# Potato vs. Sweet Potato vs. Yam



## BBQ Mikey (Jun 24, 2008)

Potato, Sweet Potato, Yam.  I used to think that Sweet potatoes and Yams were the same thing, but they apparantly are not the same since my grocer has Sweet Potatoes (White Inside) and Yams (orange inside). Which is healthiest?  Is there a big difference?  I'm curious.


----------



## jkath (Jun 24, 2008)

All we have in this country are sweet potatoes - the ones we call yams aren't actually yams. Go figure!
I'll see if I could find the discussion we had a while ago about it....


Here you go:
http://www.discusscooking.com/forum...rsus-yams-33588.html?nojs=1#goto_threadrating


----------



## Andy M. (Jun 24, 2008)

Sweet potatoes come in two varieties, white and orange.  The origin of the "yam" is that growers in Mississippi (I think) developed an orange sweet potato and wanted some way of differentiating it from the popular white sweet potato so they dubbed it a yam.  It's a marketing thing.  

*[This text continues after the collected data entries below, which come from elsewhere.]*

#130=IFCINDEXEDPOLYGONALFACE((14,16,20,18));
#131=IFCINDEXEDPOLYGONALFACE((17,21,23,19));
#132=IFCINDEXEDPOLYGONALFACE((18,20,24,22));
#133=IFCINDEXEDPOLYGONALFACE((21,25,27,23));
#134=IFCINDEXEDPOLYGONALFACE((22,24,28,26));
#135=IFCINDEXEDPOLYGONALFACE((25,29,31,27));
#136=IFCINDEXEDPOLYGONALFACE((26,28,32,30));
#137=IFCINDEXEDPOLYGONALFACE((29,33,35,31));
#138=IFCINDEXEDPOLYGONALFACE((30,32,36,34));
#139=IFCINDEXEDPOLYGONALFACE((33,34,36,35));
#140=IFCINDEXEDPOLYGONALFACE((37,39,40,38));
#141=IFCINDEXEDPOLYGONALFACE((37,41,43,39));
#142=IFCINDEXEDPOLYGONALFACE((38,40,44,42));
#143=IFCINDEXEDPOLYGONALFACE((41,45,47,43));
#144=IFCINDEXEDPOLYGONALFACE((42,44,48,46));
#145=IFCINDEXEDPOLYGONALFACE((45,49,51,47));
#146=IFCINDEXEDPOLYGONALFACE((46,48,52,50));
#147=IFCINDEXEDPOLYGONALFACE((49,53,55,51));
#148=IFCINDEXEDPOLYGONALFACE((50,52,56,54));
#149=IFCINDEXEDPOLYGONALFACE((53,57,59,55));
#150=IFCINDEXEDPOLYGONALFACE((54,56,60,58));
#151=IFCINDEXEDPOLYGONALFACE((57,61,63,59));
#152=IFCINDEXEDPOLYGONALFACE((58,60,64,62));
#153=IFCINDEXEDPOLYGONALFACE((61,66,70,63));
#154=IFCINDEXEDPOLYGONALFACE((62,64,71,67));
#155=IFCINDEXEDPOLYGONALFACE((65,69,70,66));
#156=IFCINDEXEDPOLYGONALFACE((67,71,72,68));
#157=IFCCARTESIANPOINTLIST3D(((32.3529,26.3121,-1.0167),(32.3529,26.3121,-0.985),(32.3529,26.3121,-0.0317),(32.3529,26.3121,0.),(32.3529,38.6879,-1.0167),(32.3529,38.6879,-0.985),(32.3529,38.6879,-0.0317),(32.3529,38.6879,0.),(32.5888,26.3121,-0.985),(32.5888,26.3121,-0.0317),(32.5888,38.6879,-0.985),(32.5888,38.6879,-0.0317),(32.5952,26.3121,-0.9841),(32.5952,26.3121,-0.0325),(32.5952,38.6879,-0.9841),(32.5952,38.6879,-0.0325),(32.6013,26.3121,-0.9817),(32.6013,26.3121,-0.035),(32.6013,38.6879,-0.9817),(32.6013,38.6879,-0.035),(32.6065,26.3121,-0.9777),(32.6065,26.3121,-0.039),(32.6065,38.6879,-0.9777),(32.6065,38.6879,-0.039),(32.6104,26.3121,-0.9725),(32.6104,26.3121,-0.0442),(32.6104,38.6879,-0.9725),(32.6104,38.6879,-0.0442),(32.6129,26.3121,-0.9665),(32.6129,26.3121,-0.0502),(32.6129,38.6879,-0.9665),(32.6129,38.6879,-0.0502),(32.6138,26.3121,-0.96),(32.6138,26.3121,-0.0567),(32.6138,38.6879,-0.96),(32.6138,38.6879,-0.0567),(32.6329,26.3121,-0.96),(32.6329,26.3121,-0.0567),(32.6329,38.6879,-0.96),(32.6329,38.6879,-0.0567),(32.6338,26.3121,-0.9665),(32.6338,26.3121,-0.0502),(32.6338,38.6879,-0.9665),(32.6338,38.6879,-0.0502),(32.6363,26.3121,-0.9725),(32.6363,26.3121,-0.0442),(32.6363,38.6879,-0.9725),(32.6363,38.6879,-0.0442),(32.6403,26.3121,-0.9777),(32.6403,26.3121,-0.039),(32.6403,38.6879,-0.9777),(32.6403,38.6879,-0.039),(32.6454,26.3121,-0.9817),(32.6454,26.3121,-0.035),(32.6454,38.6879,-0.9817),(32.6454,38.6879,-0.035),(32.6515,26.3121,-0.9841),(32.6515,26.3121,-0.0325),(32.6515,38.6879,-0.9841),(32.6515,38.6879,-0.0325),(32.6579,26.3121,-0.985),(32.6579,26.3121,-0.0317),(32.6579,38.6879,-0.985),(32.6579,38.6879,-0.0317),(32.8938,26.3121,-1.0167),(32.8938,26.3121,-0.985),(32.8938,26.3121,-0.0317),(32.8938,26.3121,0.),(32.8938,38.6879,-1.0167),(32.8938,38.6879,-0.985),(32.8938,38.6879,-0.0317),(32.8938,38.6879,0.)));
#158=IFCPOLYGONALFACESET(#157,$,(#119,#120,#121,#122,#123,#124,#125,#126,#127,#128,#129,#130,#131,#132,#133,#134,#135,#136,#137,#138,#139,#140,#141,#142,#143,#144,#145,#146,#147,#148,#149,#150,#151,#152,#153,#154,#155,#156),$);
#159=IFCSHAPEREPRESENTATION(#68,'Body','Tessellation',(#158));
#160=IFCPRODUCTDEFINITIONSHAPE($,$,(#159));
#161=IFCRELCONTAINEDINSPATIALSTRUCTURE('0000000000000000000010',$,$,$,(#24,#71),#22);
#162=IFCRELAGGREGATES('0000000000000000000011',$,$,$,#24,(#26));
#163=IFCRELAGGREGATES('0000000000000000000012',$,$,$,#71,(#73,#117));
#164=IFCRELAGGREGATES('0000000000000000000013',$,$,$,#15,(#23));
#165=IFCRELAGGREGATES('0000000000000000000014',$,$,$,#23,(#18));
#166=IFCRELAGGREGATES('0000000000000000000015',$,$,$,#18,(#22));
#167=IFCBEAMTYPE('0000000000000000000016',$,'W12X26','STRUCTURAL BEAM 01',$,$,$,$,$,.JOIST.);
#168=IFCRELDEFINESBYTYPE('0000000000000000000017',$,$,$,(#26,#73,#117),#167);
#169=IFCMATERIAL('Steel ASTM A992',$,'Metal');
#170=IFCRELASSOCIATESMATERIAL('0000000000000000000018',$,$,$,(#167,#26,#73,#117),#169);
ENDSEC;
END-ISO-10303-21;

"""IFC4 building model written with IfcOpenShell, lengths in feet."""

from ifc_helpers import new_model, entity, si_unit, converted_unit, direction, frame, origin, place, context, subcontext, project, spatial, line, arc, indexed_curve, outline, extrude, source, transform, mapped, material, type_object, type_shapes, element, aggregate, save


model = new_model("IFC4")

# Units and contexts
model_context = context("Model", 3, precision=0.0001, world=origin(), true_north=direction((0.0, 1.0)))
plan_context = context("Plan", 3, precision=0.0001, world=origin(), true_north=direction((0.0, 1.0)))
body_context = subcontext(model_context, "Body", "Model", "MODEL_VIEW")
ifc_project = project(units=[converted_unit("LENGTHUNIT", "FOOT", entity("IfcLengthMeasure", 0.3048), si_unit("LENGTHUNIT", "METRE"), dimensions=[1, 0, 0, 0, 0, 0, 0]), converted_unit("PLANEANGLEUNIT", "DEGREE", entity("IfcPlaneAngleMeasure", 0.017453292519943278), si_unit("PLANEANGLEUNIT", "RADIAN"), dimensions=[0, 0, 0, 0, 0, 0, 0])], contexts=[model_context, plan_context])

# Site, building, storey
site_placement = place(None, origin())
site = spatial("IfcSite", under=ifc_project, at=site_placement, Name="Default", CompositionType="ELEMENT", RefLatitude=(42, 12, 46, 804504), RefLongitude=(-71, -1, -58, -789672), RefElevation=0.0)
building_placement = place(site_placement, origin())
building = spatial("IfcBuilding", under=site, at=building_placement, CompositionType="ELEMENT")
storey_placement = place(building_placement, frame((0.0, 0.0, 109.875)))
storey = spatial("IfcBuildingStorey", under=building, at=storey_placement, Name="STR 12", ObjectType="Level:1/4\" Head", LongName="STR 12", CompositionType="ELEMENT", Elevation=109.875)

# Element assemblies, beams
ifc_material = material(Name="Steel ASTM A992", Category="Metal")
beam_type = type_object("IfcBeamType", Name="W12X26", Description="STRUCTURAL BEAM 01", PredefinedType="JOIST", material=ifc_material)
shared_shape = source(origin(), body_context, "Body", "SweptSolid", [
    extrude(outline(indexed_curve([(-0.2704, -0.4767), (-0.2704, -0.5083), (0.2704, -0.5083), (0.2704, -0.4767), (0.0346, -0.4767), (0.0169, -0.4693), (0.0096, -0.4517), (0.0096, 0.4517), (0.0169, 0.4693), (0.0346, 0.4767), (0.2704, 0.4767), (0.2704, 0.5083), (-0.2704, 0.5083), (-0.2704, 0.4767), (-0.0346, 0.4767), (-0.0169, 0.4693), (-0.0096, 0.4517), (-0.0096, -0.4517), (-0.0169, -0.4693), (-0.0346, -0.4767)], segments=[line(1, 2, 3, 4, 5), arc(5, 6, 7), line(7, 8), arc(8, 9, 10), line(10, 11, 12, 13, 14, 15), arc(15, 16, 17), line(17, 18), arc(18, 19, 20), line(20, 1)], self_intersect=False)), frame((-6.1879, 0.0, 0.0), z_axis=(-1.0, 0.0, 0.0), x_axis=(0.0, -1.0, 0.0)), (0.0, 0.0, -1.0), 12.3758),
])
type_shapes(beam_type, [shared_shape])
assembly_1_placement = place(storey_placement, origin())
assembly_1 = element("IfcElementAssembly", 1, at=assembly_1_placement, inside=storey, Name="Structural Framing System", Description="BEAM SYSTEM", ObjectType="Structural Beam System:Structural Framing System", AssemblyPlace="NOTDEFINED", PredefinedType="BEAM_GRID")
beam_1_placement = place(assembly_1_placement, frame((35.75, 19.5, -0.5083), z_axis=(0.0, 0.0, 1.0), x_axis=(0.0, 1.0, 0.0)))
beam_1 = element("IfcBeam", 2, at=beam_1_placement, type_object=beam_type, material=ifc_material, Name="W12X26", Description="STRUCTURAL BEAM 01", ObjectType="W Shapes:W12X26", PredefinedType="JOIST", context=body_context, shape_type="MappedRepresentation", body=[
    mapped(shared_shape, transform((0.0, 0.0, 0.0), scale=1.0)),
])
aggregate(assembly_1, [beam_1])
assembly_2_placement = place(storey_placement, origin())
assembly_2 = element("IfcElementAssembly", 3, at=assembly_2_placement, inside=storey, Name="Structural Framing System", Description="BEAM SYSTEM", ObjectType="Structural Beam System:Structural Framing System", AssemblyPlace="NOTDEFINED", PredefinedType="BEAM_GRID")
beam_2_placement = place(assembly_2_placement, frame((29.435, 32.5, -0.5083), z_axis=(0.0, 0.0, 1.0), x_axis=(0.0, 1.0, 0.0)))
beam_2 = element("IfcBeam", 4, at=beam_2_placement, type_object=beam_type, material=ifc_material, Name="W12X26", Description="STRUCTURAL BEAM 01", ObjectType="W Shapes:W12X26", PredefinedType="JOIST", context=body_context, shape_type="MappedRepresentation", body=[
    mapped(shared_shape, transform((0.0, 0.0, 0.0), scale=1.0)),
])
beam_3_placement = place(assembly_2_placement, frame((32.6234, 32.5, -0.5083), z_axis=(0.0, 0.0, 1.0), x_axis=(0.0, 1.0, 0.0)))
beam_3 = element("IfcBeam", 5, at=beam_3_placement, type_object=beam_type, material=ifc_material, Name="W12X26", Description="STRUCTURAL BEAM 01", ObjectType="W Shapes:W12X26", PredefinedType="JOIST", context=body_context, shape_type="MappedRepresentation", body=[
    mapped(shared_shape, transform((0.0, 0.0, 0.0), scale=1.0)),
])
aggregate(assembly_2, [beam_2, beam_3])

True yams are uncommon in the USA and are huge, up to three feet long.  They are a common starch in the islands of the Caribbean.


----------



## BBQ Mikey (Jun 24, 2008)

Wow.  That is very interesting.


----------



## Maverick2272 (Jun 24, 2008)

We were always told sweet potatoes were orange and sweet, while yams were yellow and not as sweet.


----------



## elaine l (Jun 24, 2008)

All I know about it is that I prefer the white sweets.  Nice nutty flavor.


----------



## BBQ Mikey (Jun 24, 2008)

Maverick2272 said:


> We were always told sweet potatoes were orange and sweet, while yams were yellow and not as sweet.


 
The Great Debate has begun.


----------



## Maverick2272 (Jun 24, 2008)

LOL. I am far from an expert on this let alone an informed source! It is just what I was told growing up.
Heck, I didn't even know there were white ones!


----------



## Andy M. (Jun 24, 2008)

Check out this reference link.


----------



## Maverick2272 (Jun 24, 2008)

That aint helpin, LOL!

The first one that looks yellow is what we always called a yam. The second one, the tropical yam never heard of before. The third one that looks orange is what I have always known as a sweet potato. The fourth one the Japanese one I never heard of before either, LOL.
So apparently I have it backwards of what most Americans apparently say!


----------



## stassie (Jun 24, 2008)

Well, in New Zealand, we have yams and kumara (which come in different varieties - most common are red, gold and white). We don't really have anything which we call a sweet potato, but kumera comes closest, I guess. 

(Pics below are of kumara (top) and yams (bottom)).


----------



## GB (Jun 24, 2008)

I know this picture is kind of small, but these are actual yams. You can get an idea of the size.


----------



## quicksilver (Jun 24, 2008)

I don't like either, except S. P. Fries. Go figure.


----------



## stassie (Jun 24, 2008)

Yes - apparently what we call 'yams' are actually a member of the oxalis family. Who’da guessed?


----------



## Jeff G. (Jun 24, 2008)

We always called them sweet potatoes, they are orange and are terrific baked, then put butter and brown sugar on them...


----------



## attie (Jun 25, 2008)

BBQ Mikey said:


> The Great Debate has begun.



Wait until you get the Australian  and the Kiwi versions mate -- then confusion shall reign


----------



## attie (Jun 25, 2008)

GB said:


> I know this picture is kind of small, but these are actual yams. You can get an idea of the size.



Them's what those _*BIG  *_guys in the Solomon Islands eat


----------



## Michael in FtW (Jun 26, 2008)

True yams are starchy, white inside, and can be quite large (3-6 feet long) and almost never seen in the US except for in some specialty markets ... the things that are called "yams" in the US (up to about 1-foot long) are either mislabeled by ignorant grocers or a variety of orange sweet potatoes from Louisiana. Andy M. was right about it being a marketing ploy for the orange variety of sweet potato - just the wrong side of the Mississippi river.  
Sweet potatoes range from pale yellow to bright orange. Probably doesn't help in differentiating them from other potatoes - unless you look at the shape of the tuber, and the skin color. 

As for nutrition ... I have never seen a comparison ... but I would assume they would be comperable. Starch is nothing more than just very long chains of sugar .....


----------



## sahd0w (Jul 3, 2008)

That's strange.  I have never heard of a white sweet potato, and I LOVE sweet potatoes!  (Or are they yams?  )  I have known that yams are commonly eaten in African countries, and even used as a form of currency.  I don't think I've ever tasted one, but I would imagine they are more similar to sweet potatoes than regular potatoes.


----------